Nov. 2012 news conference announcing the arrest of dozens of Texas members of the Aryan Brotherhood. Associated Press | Cody Duty

The ABT has no proven connection to the McLelland murders, but the gang is under investigation for involvement in Hasse’s death. The U.S. Marshals Service stated in an email to the Dallas Morning News: “The focus of our investigation involves the Aryan Brotherhood of Texas (ABT) being responsible for the murder of the ADA.”

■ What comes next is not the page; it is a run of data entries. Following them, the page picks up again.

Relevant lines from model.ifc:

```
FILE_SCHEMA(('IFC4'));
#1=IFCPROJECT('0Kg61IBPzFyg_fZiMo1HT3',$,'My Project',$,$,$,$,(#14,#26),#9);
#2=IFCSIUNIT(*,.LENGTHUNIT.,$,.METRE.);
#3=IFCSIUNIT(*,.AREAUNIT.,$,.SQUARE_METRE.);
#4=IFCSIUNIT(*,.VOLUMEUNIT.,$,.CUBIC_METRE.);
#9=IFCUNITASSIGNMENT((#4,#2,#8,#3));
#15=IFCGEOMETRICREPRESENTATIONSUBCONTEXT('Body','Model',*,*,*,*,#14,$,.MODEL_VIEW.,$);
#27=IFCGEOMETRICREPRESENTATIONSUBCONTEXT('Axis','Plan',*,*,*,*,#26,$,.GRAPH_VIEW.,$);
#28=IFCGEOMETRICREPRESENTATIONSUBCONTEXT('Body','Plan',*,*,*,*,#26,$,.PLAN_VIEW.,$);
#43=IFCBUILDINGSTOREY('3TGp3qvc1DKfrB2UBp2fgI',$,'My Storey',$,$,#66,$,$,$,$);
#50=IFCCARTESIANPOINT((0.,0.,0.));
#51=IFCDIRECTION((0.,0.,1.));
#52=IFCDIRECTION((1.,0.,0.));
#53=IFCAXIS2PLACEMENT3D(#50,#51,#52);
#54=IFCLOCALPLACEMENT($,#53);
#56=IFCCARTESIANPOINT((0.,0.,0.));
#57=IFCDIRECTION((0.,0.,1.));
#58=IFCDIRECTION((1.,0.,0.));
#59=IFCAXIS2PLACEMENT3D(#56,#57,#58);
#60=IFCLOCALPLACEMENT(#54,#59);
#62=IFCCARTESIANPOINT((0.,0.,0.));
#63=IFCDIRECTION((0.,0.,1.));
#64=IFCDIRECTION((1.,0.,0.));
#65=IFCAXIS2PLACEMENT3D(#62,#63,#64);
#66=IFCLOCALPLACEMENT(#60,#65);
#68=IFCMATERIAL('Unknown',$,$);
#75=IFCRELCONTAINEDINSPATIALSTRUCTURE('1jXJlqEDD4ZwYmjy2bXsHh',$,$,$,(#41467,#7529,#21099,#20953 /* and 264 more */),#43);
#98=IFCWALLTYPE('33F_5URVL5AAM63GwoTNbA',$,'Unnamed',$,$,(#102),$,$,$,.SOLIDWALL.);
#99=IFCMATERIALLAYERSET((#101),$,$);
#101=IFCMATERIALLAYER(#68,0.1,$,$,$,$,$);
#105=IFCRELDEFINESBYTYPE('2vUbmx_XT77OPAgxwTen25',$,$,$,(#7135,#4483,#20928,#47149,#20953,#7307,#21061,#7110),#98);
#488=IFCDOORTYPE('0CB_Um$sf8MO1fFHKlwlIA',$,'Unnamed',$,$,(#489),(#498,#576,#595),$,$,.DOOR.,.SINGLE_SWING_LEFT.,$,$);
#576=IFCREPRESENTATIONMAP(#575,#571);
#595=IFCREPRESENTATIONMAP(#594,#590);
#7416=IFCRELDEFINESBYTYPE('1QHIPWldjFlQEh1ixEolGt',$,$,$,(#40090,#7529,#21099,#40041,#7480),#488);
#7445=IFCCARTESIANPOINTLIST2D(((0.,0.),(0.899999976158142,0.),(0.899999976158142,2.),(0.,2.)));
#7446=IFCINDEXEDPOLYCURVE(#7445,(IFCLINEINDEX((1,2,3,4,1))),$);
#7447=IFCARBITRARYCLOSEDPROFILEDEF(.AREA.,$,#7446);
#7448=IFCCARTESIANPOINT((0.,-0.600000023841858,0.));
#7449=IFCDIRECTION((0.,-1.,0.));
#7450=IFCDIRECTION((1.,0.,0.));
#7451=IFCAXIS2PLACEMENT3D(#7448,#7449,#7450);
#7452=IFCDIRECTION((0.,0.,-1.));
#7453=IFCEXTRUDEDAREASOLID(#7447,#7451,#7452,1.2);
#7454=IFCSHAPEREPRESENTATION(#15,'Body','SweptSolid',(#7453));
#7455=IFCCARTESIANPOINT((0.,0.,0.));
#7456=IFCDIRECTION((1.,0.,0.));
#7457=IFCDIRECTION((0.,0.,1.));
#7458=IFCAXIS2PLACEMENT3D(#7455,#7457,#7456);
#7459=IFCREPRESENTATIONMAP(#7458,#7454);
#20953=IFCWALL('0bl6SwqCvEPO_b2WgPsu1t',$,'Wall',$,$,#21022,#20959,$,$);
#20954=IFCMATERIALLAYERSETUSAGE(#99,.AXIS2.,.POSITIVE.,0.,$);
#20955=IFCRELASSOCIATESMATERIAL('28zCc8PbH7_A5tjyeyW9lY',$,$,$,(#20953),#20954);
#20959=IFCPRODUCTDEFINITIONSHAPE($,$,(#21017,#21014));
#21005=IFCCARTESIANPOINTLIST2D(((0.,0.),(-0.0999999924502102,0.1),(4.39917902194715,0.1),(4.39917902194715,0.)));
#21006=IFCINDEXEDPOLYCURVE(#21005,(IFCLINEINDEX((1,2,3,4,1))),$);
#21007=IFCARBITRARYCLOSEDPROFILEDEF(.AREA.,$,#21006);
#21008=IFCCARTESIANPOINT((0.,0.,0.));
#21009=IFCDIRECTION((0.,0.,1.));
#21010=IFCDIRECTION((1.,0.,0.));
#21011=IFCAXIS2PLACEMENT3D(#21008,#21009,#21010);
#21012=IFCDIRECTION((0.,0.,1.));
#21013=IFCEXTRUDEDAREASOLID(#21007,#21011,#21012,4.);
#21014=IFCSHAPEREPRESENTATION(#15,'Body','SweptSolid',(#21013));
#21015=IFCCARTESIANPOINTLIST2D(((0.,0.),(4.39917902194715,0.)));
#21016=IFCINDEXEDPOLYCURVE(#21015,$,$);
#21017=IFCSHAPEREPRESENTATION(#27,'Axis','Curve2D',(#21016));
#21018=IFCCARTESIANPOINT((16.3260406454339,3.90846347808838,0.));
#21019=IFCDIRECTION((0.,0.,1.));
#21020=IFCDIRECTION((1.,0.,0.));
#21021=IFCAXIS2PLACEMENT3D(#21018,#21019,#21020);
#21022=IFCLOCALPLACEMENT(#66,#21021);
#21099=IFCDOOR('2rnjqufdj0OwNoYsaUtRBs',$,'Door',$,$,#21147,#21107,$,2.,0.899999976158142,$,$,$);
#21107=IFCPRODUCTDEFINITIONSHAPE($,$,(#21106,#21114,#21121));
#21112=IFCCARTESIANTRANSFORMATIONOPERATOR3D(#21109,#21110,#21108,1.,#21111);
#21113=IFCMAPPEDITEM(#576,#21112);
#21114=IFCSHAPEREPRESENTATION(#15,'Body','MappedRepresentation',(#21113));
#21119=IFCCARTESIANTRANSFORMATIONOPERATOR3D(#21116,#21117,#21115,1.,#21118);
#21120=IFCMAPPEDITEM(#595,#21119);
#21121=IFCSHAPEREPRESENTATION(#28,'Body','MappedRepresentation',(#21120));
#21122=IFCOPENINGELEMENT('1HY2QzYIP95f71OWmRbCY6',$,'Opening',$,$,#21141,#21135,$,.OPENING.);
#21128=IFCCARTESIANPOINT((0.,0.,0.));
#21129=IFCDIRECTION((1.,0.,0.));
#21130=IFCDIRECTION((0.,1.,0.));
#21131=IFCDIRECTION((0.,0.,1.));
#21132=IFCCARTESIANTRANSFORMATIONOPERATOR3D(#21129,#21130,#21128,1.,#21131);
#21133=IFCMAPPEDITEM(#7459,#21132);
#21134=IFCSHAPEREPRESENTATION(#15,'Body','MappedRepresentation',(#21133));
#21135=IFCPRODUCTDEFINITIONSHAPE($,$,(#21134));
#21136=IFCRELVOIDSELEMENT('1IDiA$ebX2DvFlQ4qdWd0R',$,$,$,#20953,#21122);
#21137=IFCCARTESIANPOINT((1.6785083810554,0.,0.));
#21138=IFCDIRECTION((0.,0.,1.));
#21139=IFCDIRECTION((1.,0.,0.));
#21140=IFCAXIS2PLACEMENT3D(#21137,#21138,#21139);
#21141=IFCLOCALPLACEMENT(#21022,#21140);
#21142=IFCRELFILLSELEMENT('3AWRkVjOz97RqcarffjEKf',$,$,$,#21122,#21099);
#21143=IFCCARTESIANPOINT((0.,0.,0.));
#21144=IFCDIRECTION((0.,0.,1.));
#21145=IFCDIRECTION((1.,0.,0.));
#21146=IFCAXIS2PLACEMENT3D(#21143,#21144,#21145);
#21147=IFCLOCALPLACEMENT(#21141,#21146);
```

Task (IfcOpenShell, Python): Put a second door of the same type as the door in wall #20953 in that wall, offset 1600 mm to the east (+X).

```python
import ifcopenshell
import ifcopenshell.api.feature
import ifcopenshell.api.geometry
import ifcopenshell.api.root
import ifcopenshell.geom
import ifcopenshell.util.element
import ifcopenshell.util.placement
import ifcopenshell.util.shape
import ifcopenshell.util.unit

model = ifcopenshell.open("model.ifc")
unit_scale = ifcopenshell.util.unit.calculate_unit_scale(model)
settings = ifcopenshell.geom.settings()


def volume(element):
    """Net volume in cubic metres, openings subtracted."""
    shape = ifcopenshell.geom.create_shape(settings, element)
    return ifcopenshell.util.shape.get_volume(shape.geometry)


door = model.by_id(21099)
opening = door.FillsVoids[0].RelatingOpeningElement
wall = opening.VoidsElements[0].RelatingBuildingElement
before = volume(wall)
shift = ifcopenshell.util.placement.get_local_placement(wall.ObjectPlacement)[:3, 0] * 1.6 / unit_scale

# copy_class copies the void relationship, type, container and properties, but no geometry.
new_opening = ifcopenshell.api.root.copy_class(model, product=opening)
new_opening.Representation = ifcopenshell.util.element.copy_deep(
    model, opening.Representation, exclude=["IfcGeometricRepresentationContext", "IfcRepresentationMap"]
)
new_door = ifcopenshell.api.root.copy_class(model, product=door)
new_door.Representation = ifcopenshell.util.element.copy_deep(
    model, door.Representation, exclude=["IfcGeometricRepresentationContext", "IfcRepresentationMap"]
)
ifcopenshell.api.feature.add_filling(model, opening=new_opening, element=new_door)

for old, new in ((opening, new_opening), (door, new_door)):
    matrix = ifcopenshell.util.placement.get_local_placement(old.ObjectPlacement)
    matrix[:3, 3] += shift
    ifcopenshell.api.geometry.edit_object_placement(model, product=new, matrix=matrix, is_si=False)

after = volume(wall)

print(f"wall volume {before:.3f} -> {after:.3f} m3")

model.write("model_edited.ifc")
```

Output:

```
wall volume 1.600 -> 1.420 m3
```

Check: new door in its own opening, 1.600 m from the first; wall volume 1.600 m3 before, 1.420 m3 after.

In December, the Texas Department of Public Safety released a statewide bulletin stating it had received “credible information” that the ABT was planning retaliatory measures against any law enforcement officials who helped earn the indictments of its top leadership:

High ranking members … are involved in issuing orders to inflict ‘mass casualties or death’ to law enforcement officials who were involved in cases where Aryan Brotherhood of Texas are facing life sentences or the death penalty.

The ABT is notorious for its violent methods. The Anti-Defamation League claims that since 2000, the group, “which has no relationship to the older, ‘original’ Aryan Brotherhood has killed more Americans than any other domestic extremist group,” wrote the Huffington Post. The ADL reported that in 2012 the ABT were involved in 29 murders in Texas and bordering states. This figure does not include crimes committed inside the prison system.

The Aryan Brotherhood of Texas has been active in state prisons since the 1980s, when it began as a white supremacist gang that ran illegal activities including drug distribution, Terry Pelz, a former Texas prison warden, told the Houston Chronicle

The Kaufman killings have heightened fears that other public figures may be targeted. Security has been bolstered at the courthouse and around the small community. “It’s unnerving to the law enforcement community, to the community at large,” said Kaufman County Sheriff David A. Byrnes at a news conference March 31. “That’s why we’re striving to assure the community that we are protecting public safety and will continue to do that.”